[[ Provided entries, beginning ]]

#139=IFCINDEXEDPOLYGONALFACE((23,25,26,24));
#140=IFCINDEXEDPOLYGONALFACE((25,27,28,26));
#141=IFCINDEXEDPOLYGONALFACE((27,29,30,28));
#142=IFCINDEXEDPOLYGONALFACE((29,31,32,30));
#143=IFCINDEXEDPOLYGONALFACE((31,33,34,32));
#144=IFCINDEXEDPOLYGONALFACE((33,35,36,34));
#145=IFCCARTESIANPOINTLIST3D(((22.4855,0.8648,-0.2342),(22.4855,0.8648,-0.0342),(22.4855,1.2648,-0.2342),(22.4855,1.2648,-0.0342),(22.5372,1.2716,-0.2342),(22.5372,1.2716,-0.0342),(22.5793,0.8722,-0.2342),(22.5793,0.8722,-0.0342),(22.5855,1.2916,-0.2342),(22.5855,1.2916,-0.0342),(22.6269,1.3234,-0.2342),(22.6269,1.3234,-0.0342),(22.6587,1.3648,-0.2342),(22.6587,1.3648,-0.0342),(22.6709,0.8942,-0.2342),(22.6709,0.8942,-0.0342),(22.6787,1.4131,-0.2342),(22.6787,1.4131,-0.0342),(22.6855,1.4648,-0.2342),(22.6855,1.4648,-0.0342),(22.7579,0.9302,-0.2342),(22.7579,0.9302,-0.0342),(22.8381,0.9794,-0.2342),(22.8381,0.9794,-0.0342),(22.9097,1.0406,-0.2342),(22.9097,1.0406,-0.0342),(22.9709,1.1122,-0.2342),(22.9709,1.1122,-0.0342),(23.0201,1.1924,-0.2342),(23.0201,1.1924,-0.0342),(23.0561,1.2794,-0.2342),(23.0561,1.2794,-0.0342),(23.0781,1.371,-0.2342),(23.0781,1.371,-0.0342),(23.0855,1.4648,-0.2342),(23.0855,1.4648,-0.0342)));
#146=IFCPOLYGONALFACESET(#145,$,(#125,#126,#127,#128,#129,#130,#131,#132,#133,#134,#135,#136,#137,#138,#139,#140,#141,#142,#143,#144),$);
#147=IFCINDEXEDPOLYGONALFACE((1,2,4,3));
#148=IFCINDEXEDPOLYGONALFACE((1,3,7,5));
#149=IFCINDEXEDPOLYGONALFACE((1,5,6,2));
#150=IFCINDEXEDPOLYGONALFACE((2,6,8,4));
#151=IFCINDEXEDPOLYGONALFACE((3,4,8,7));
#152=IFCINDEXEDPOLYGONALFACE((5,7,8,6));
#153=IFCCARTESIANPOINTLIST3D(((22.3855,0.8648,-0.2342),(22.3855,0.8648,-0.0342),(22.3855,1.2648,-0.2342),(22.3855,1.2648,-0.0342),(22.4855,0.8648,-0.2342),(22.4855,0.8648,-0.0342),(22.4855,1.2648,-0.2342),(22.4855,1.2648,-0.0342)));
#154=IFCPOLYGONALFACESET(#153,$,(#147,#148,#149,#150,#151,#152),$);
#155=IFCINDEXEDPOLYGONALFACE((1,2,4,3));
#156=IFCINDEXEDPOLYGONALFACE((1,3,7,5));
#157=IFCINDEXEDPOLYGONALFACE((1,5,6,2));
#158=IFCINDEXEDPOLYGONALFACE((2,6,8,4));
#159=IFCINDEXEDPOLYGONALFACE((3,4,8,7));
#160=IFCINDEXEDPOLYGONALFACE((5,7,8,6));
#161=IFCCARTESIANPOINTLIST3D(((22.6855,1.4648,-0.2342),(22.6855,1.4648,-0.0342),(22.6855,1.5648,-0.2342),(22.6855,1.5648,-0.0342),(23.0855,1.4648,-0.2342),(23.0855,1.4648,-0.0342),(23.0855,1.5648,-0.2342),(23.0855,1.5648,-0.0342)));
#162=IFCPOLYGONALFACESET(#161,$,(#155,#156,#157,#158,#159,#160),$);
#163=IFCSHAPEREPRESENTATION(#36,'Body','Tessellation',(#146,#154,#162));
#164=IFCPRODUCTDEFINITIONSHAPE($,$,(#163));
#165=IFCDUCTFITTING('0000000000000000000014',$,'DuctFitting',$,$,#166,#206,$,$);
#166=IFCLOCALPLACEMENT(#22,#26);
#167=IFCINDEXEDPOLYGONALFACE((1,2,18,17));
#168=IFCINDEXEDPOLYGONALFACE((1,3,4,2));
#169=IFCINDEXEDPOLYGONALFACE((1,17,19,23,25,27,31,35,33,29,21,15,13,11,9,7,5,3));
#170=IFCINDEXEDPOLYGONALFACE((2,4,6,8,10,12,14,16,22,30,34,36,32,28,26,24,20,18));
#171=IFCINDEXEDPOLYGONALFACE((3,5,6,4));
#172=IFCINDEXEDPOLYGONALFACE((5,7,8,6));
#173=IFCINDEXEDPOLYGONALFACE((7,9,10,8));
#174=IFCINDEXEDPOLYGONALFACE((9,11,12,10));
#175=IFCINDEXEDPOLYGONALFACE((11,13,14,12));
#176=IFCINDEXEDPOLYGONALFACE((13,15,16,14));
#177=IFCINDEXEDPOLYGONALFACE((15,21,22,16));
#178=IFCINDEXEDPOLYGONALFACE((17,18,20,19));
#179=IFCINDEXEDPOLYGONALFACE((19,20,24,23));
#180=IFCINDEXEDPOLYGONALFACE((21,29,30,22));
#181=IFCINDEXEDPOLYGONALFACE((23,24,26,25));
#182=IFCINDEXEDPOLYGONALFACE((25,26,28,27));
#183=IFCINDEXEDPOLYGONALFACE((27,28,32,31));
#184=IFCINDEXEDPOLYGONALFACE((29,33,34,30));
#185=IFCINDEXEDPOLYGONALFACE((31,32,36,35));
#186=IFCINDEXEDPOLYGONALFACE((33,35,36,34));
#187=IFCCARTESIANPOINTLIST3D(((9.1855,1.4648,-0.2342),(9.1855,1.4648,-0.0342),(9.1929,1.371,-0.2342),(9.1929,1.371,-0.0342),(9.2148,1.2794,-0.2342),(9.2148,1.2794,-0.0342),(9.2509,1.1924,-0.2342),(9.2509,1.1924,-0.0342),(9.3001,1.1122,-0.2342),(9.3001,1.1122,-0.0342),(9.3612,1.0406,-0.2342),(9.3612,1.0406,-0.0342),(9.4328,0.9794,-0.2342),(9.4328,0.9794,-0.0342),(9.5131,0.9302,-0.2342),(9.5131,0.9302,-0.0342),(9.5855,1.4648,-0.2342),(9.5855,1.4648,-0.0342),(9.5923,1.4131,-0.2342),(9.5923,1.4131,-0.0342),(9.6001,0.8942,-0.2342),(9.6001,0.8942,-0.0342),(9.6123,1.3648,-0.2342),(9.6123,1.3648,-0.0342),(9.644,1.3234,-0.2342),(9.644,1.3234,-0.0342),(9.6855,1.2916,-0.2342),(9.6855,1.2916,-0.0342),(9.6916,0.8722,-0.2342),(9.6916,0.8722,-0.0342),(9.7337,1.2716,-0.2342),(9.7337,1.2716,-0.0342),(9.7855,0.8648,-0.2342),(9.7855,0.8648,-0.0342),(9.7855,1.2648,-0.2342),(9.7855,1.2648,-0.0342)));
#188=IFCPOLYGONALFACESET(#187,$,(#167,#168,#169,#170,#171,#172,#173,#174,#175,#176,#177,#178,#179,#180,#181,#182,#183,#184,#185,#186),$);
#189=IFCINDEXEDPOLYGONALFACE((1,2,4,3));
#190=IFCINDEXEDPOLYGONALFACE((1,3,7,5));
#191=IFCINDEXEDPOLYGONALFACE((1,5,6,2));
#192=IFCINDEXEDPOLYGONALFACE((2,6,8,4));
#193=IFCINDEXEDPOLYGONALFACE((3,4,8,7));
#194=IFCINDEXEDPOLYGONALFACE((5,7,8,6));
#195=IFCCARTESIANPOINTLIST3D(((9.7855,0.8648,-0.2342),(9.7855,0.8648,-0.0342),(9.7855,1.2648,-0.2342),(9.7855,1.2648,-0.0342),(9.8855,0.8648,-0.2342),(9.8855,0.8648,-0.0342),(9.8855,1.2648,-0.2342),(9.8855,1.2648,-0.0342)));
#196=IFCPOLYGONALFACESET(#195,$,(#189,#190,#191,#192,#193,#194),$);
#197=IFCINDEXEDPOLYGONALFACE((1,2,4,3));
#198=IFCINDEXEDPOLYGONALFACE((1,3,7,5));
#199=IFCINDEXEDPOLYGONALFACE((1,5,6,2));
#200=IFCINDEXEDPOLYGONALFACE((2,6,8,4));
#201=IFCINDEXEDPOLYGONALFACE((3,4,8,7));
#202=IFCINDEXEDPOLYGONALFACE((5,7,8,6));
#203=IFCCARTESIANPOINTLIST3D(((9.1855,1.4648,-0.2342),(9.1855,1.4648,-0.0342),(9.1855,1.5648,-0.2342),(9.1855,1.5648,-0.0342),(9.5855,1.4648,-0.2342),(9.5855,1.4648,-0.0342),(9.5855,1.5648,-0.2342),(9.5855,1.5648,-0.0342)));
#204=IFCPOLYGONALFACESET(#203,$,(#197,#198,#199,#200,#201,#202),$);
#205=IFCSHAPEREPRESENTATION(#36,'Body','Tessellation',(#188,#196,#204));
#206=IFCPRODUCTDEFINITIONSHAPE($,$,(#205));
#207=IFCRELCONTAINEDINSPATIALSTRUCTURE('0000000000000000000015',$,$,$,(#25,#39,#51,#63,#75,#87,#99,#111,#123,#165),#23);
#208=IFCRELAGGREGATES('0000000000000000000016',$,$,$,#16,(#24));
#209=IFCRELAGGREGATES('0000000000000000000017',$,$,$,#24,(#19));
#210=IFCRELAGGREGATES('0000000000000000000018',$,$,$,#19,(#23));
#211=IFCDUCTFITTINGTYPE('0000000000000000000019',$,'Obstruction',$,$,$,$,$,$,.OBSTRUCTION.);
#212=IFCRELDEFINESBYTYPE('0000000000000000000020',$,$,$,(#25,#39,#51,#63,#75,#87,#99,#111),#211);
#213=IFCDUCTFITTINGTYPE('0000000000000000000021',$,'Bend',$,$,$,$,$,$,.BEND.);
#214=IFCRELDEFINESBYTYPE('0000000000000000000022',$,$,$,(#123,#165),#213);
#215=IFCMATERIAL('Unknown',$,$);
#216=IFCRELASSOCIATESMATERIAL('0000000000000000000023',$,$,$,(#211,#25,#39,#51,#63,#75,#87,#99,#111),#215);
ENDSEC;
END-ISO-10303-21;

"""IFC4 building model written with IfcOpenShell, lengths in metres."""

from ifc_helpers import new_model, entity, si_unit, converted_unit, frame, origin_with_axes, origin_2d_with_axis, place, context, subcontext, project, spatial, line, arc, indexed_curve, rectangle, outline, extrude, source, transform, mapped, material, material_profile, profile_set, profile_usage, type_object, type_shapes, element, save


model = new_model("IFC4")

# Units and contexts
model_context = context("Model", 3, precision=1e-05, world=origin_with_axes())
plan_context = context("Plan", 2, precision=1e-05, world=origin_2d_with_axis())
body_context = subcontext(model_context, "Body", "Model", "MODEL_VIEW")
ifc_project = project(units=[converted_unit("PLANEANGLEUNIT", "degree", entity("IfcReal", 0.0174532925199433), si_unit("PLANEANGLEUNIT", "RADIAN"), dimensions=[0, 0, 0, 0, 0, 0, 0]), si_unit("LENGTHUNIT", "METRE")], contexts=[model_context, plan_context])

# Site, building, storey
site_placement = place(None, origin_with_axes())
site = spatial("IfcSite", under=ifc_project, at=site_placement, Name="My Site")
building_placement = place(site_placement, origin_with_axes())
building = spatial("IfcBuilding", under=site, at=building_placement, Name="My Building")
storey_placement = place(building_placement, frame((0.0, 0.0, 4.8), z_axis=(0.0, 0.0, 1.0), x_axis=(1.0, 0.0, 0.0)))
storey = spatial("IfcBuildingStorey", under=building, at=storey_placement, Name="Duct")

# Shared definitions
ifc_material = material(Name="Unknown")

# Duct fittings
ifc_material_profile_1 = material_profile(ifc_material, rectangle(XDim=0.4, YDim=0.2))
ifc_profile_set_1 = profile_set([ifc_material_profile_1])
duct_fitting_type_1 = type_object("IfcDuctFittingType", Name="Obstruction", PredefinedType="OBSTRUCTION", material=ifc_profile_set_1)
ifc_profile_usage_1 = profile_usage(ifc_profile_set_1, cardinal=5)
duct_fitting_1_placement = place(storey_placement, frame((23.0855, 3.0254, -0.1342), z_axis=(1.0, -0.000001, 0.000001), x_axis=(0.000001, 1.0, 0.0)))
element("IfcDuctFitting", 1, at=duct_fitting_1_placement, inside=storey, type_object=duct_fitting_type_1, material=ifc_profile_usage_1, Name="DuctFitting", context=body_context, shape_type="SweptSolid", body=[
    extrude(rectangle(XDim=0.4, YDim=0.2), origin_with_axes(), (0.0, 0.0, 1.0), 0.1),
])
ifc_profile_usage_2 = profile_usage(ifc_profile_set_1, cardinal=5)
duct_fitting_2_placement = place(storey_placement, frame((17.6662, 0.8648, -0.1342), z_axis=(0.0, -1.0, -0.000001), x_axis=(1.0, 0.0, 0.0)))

[[ Provided entries, end ]]

## Work required
Retype the records above, but only those lines that fall between the line containing "#156=IFCINDEXEDPOLYGONALFACE((1,3,7,5));" and the line containing "#160=IFCINDEXEDPOLYGONALFACE((5,7,8,6));", with both of those lines included, exactly as written.

## Task output
#156=IFCINDEXEDPOLYGONALFACE((1,3,7,5));
#157=IFCINDEXEDPOLYGONALFACE((1,5,6,2));
#158=IFCINDEXEDPOLYGONALFACE((2,6,8,4));
#159=IFCINDEXEDPOLYGONALFACE((3,4,8,7));
#160=IFCINDEXEDPOLYGONALFACE((5,7,8,6));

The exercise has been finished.